■ Records:

• • • • •

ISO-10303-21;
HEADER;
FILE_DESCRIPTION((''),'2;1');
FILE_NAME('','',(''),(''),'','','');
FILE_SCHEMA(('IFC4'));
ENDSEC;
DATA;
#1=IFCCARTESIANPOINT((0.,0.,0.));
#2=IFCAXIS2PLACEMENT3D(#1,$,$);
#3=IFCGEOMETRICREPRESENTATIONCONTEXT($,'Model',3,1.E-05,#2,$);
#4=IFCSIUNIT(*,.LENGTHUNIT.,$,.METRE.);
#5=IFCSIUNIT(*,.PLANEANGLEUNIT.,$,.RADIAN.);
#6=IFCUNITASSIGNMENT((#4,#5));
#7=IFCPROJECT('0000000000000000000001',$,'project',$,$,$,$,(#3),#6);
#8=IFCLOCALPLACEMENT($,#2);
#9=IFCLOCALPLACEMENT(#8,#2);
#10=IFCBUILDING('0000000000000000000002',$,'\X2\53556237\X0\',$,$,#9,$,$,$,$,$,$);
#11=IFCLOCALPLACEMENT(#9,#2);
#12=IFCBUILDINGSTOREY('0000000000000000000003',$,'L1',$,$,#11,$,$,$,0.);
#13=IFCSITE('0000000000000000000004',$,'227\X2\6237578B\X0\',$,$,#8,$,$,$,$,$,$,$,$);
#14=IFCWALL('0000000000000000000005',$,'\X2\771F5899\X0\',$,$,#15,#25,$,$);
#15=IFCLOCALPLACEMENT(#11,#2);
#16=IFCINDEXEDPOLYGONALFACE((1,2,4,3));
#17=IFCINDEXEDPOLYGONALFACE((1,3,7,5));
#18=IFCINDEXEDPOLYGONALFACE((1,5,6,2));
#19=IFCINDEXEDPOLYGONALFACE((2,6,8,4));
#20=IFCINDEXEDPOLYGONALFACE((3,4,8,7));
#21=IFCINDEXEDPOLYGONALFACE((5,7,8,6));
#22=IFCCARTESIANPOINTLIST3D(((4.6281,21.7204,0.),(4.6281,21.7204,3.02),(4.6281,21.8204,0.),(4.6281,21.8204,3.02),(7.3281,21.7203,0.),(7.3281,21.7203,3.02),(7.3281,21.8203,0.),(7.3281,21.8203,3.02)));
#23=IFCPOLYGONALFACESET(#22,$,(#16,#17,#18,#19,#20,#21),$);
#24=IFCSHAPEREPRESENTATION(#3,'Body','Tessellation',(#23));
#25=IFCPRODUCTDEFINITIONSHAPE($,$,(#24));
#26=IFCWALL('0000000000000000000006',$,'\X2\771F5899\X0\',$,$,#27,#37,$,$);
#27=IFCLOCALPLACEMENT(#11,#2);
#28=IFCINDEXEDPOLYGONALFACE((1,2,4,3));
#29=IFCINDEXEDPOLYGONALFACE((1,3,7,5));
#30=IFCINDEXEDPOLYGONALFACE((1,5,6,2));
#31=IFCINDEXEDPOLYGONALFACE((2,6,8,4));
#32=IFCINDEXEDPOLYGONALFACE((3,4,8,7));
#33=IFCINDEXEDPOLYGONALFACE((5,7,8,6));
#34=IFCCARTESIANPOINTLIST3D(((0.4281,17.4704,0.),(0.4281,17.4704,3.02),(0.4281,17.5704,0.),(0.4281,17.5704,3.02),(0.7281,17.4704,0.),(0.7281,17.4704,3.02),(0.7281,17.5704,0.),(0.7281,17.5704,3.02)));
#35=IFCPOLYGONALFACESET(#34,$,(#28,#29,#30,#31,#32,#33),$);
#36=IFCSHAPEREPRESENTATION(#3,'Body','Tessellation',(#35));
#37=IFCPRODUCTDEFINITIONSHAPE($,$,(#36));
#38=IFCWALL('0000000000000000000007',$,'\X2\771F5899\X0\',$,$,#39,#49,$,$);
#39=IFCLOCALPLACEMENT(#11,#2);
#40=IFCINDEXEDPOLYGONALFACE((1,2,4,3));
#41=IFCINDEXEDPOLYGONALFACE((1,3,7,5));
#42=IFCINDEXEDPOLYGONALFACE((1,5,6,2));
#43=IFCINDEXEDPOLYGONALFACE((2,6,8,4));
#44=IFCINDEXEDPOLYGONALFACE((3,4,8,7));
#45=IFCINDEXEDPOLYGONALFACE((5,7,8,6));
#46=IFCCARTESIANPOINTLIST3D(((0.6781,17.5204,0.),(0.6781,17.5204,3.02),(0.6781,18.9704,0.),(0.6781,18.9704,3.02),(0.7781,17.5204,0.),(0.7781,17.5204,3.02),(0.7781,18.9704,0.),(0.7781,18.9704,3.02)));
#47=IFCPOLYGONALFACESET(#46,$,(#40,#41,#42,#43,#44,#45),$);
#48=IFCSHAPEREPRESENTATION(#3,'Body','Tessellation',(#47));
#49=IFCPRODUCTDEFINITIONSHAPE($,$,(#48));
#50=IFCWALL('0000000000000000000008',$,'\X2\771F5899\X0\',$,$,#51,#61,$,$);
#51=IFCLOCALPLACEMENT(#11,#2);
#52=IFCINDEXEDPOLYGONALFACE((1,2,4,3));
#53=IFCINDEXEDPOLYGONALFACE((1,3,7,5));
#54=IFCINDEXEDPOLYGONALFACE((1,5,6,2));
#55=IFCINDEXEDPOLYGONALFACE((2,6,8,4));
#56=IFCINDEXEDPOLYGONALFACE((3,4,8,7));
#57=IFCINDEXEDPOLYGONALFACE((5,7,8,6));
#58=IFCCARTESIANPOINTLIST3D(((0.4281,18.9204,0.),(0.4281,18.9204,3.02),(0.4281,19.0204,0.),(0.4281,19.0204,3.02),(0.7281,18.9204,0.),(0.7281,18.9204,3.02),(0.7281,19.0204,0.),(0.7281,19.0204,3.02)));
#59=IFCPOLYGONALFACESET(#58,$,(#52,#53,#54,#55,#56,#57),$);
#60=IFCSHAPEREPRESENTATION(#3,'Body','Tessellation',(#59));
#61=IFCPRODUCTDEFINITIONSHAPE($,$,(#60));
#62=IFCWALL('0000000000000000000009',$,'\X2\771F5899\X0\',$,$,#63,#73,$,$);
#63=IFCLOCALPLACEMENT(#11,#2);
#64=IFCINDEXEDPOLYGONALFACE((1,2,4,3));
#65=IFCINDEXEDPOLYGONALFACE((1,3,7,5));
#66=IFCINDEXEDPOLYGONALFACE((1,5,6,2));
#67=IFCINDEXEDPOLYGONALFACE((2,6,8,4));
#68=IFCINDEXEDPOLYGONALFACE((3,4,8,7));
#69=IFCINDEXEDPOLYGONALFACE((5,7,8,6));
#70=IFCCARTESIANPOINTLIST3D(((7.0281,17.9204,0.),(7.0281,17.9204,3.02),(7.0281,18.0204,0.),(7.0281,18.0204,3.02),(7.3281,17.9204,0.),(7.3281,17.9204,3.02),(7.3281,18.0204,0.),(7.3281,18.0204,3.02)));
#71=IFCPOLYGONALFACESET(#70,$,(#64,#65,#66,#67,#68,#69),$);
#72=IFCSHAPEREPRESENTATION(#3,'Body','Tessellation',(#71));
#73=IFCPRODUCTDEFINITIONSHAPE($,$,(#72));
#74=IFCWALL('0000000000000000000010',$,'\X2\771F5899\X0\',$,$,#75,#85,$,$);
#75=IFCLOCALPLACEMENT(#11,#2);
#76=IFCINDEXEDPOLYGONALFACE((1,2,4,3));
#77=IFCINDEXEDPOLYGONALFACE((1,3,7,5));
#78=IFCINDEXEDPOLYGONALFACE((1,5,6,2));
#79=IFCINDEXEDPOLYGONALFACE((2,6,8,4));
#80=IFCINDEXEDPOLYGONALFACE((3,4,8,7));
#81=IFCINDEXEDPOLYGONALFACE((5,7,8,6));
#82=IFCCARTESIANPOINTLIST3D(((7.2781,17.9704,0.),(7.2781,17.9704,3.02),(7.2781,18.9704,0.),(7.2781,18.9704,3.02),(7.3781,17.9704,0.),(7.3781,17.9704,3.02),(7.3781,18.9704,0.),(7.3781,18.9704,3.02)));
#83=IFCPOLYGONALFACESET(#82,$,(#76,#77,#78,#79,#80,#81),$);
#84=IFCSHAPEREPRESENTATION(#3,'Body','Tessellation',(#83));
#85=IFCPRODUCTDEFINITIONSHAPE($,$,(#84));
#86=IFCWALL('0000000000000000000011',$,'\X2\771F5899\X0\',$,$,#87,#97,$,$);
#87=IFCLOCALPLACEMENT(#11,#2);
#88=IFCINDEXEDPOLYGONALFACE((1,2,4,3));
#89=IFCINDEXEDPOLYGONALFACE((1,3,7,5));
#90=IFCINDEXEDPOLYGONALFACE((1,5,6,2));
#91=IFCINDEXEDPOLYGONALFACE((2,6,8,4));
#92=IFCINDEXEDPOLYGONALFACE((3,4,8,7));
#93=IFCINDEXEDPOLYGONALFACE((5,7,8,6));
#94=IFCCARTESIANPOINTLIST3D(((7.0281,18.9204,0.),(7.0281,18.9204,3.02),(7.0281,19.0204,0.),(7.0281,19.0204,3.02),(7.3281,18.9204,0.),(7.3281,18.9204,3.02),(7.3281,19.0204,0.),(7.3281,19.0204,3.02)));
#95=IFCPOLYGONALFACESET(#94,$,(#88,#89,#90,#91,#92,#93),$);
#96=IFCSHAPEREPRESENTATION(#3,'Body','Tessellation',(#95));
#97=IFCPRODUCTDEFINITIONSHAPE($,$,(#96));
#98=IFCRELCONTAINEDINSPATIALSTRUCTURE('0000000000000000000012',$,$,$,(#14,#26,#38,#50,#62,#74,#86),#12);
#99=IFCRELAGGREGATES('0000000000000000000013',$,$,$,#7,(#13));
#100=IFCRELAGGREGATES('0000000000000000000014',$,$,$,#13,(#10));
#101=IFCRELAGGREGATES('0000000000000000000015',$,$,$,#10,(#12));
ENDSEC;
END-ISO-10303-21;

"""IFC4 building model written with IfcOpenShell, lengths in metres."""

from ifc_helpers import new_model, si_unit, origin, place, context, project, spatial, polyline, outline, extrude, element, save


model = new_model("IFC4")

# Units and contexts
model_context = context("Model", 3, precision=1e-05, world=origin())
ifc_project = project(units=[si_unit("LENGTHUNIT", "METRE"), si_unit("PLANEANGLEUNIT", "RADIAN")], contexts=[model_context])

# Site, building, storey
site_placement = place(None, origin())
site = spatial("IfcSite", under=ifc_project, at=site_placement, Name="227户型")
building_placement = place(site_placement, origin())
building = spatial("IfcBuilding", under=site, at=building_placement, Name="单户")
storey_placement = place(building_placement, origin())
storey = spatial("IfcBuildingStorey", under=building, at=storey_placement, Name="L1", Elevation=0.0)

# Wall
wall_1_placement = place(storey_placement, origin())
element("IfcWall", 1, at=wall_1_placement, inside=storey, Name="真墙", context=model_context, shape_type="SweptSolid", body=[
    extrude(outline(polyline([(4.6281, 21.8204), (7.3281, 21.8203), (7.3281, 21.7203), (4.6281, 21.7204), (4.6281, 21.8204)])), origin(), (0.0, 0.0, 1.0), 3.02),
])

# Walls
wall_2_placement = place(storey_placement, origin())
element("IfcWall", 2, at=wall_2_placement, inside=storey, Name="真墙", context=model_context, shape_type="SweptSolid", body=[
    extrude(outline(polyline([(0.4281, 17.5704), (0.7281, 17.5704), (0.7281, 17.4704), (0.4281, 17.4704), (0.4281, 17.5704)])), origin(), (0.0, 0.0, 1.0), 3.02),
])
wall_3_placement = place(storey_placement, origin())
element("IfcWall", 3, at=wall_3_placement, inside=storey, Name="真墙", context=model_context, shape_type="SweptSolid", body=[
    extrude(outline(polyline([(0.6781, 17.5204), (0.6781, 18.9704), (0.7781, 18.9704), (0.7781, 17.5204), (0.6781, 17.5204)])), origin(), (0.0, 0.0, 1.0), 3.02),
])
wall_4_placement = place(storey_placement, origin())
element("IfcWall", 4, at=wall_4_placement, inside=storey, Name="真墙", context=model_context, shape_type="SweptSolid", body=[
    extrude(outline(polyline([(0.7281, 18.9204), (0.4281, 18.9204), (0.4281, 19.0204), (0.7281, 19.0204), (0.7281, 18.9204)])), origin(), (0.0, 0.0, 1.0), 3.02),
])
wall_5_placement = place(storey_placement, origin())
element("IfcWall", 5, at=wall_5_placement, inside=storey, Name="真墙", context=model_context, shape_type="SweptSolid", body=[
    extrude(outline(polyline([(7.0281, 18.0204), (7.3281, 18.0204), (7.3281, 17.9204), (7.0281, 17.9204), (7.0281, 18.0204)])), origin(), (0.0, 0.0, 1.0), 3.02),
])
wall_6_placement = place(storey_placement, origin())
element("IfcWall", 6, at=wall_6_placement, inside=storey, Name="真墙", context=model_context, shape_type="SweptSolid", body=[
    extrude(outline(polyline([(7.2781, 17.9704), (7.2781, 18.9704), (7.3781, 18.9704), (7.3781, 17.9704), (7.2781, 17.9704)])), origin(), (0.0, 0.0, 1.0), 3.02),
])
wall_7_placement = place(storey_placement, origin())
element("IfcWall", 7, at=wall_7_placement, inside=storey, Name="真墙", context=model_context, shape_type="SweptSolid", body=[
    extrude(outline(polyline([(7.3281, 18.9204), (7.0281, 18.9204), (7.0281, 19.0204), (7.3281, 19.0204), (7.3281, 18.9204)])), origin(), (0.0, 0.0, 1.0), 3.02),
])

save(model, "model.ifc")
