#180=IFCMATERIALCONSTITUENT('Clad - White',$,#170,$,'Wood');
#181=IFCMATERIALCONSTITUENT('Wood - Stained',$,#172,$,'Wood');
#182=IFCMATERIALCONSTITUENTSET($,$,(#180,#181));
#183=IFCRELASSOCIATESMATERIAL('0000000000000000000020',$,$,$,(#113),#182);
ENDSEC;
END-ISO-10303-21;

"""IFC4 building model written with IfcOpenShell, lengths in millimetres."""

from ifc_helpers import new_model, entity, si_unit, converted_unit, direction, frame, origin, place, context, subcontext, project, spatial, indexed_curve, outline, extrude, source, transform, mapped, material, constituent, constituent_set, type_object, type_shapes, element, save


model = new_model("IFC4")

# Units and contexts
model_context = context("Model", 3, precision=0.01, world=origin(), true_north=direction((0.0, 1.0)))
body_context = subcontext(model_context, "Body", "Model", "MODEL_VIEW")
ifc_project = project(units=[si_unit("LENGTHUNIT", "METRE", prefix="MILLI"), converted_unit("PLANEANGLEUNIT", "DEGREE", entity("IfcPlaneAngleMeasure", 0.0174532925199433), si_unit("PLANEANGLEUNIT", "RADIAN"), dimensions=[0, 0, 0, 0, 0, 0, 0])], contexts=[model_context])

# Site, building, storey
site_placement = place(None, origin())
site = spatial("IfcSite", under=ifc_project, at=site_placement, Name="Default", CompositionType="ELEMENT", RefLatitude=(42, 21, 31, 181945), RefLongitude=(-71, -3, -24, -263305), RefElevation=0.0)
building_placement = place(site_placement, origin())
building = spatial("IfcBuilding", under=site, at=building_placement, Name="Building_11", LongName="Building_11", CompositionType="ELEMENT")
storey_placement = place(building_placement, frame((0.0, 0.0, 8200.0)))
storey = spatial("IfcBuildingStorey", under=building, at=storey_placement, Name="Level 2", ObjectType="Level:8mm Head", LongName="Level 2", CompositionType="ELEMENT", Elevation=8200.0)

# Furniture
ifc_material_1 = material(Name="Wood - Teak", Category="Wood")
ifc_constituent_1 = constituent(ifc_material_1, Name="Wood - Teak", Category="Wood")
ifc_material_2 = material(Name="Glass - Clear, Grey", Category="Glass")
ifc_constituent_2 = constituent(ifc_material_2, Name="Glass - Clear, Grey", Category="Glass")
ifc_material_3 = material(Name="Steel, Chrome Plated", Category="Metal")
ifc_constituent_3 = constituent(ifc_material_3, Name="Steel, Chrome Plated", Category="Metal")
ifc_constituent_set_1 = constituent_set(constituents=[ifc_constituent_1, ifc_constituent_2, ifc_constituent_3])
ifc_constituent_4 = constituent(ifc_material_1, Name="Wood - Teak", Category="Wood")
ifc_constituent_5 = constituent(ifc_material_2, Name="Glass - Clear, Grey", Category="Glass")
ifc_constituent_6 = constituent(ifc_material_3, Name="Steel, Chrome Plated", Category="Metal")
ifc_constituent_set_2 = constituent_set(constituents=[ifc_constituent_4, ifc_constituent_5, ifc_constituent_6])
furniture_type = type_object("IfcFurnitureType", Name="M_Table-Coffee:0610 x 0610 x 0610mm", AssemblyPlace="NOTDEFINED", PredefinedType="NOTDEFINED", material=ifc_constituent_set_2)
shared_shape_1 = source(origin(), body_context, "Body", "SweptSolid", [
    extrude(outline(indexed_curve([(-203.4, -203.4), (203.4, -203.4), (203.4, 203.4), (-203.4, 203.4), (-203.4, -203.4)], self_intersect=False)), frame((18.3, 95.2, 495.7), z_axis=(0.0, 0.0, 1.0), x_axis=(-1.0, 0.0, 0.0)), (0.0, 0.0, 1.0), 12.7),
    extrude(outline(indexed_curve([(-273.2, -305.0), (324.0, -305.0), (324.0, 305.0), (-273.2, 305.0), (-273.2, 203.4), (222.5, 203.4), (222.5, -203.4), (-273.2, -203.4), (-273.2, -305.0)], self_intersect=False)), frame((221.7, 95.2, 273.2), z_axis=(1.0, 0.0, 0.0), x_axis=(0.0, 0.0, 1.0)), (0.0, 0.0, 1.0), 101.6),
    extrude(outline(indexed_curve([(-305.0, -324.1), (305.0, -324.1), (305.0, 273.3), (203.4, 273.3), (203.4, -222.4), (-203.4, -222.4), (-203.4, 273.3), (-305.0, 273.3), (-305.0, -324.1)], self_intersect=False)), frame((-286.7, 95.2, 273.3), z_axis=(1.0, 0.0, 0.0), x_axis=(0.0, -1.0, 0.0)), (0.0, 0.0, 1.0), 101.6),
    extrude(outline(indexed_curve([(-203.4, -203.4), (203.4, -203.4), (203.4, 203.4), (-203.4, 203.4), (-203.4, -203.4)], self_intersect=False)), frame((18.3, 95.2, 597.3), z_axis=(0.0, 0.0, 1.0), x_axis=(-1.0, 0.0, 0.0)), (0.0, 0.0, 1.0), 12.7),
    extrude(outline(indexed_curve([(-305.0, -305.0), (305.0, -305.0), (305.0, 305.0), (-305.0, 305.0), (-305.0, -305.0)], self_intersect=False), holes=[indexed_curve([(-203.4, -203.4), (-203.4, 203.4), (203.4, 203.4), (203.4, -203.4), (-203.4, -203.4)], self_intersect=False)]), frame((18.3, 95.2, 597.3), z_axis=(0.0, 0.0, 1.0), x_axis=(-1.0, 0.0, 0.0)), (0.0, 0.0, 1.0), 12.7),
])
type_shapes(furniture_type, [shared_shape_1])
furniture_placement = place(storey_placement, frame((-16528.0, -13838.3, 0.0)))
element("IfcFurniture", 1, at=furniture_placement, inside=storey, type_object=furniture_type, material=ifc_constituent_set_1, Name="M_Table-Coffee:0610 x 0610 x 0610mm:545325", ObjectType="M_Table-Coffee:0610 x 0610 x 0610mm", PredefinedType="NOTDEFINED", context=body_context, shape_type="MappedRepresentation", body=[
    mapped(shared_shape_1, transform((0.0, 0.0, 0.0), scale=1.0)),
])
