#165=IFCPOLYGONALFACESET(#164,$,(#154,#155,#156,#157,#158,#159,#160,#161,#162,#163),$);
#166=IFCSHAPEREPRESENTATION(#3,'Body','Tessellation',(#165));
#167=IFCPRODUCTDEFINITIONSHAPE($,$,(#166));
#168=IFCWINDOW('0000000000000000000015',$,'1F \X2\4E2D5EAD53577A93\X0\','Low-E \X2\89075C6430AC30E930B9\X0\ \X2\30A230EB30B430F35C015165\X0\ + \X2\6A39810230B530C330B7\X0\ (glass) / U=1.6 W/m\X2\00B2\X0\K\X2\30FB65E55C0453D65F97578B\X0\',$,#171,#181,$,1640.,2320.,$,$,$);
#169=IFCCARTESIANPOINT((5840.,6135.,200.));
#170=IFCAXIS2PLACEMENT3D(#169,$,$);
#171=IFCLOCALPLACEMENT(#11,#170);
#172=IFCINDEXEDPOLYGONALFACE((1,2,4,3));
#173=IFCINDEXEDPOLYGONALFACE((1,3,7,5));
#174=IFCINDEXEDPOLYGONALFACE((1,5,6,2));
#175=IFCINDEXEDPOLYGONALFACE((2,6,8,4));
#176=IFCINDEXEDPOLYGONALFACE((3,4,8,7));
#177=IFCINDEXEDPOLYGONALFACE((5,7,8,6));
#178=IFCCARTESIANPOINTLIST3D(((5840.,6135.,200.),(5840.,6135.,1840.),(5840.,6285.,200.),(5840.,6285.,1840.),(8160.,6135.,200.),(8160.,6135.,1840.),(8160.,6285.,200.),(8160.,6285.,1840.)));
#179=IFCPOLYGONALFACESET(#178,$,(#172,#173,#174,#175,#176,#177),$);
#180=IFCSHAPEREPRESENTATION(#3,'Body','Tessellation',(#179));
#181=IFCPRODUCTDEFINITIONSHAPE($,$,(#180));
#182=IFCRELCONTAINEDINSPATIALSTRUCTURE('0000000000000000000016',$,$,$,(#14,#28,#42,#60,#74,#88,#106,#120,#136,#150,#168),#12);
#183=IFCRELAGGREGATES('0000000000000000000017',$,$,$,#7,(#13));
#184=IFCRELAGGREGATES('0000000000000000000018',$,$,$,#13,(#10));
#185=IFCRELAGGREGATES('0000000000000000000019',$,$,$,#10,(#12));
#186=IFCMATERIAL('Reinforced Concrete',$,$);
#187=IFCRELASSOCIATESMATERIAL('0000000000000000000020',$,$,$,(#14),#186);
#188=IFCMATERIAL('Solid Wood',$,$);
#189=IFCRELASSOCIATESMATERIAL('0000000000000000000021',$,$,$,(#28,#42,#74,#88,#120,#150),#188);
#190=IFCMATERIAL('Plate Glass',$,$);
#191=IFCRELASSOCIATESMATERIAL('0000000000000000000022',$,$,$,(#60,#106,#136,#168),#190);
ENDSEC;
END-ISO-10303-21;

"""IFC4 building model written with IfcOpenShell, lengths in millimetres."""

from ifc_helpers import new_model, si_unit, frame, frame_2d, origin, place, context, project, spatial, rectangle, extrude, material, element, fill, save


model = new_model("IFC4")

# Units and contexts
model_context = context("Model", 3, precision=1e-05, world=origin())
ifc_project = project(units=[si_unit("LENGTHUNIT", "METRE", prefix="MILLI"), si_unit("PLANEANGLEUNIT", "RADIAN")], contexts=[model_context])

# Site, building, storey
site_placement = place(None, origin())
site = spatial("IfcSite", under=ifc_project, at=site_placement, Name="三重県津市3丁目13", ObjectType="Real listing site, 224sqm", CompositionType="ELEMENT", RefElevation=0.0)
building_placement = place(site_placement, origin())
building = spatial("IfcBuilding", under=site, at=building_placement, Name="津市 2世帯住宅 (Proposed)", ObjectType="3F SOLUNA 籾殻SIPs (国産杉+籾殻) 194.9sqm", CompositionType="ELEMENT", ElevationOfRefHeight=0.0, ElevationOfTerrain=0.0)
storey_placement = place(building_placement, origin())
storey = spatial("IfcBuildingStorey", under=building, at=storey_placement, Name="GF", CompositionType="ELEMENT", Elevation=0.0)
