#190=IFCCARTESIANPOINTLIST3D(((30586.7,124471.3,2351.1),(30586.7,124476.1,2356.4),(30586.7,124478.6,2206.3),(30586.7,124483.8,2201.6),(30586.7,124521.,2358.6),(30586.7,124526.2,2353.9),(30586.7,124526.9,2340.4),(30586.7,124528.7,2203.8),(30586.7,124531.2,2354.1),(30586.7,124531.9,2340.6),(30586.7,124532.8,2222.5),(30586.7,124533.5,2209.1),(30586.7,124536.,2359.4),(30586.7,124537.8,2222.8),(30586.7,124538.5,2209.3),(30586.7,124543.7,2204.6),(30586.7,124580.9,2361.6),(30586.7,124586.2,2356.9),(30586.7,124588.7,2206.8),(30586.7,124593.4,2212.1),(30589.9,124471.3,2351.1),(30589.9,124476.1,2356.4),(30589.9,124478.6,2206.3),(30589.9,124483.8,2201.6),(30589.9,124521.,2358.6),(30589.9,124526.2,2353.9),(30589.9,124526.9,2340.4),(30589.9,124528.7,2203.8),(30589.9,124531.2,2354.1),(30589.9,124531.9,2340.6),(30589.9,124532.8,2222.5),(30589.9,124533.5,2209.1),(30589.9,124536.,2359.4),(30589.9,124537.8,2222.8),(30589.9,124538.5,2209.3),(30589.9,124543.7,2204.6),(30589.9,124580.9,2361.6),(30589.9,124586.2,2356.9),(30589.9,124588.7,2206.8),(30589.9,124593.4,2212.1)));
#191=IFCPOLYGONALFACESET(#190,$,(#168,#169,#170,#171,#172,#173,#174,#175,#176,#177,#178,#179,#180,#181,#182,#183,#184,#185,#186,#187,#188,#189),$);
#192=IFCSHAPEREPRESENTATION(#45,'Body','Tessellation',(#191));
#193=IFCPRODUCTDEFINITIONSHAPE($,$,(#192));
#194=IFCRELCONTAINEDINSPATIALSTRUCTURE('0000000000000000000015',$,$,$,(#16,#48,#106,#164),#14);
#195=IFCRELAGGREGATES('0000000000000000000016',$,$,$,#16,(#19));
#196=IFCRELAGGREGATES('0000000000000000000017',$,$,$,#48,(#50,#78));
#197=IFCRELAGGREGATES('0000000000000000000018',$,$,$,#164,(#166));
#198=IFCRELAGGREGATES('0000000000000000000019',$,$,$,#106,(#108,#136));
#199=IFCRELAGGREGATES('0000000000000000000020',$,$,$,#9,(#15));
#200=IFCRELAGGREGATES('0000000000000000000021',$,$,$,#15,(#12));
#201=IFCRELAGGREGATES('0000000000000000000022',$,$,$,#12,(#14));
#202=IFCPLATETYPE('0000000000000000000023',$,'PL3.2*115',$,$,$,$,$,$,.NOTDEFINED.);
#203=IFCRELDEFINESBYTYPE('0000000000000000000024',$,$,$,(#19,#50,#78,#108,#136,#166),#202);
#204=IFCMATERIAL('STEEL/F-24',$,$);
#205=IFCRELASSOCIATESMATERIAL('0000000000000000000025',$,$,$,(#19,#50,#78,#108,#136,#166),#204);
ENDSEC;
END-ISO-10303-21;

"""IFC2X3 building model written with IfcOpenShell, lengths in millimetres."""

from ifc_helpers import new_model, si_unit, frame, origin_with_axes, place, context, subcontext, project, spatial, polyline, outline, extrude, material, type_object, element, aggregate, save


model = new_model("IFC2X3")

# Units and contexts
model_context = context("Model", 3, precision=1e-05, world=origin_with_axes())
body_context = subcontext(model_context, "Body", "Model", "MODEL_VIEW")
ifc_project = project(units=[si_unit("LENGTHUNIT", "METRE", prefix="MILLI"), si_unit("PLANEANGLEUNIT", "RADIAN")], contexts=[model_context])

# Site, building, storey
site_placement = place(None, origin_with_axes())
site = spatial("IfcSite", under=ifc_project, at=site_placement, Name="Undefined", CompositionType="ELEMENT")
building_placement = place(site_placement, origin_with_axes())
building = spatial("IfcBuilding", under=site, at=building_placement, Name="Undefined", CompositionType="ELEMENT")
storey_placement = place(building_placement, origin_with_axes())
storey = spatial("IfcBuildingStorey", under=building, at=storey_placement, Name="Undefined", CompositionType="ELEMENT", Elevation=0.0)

• • • • •

■ Action item: Could you return exactly the lines above from the line with "#15=IFCLOCALPLACEMENT(#11,#2);" to the line with "#21=IFCINDEXEDPOLYGONALFACE((5,7,8,6));", both included, and nothing else?

■ Solution for this task:
#15=IFCLOCALPLACEMENT(#11,#2);
#16=IFCINDEXEDPOLYGONALFACE((1,2,4,3));
#17=IFCINDEXEDPOLYGONALFACE((1,3,7,5));
#18=IFCINDEXEDPOLYGONALFACE((1,5,6,2));
#19=IFCINDEXEDPOLYGONALFACE((2,6,8,4));
#20=IFCINDEXEDPOLYGONALFACE((3,4,8,7));
#21=IFCINDEXEDPOLYGONALFACE((5,7,8,6));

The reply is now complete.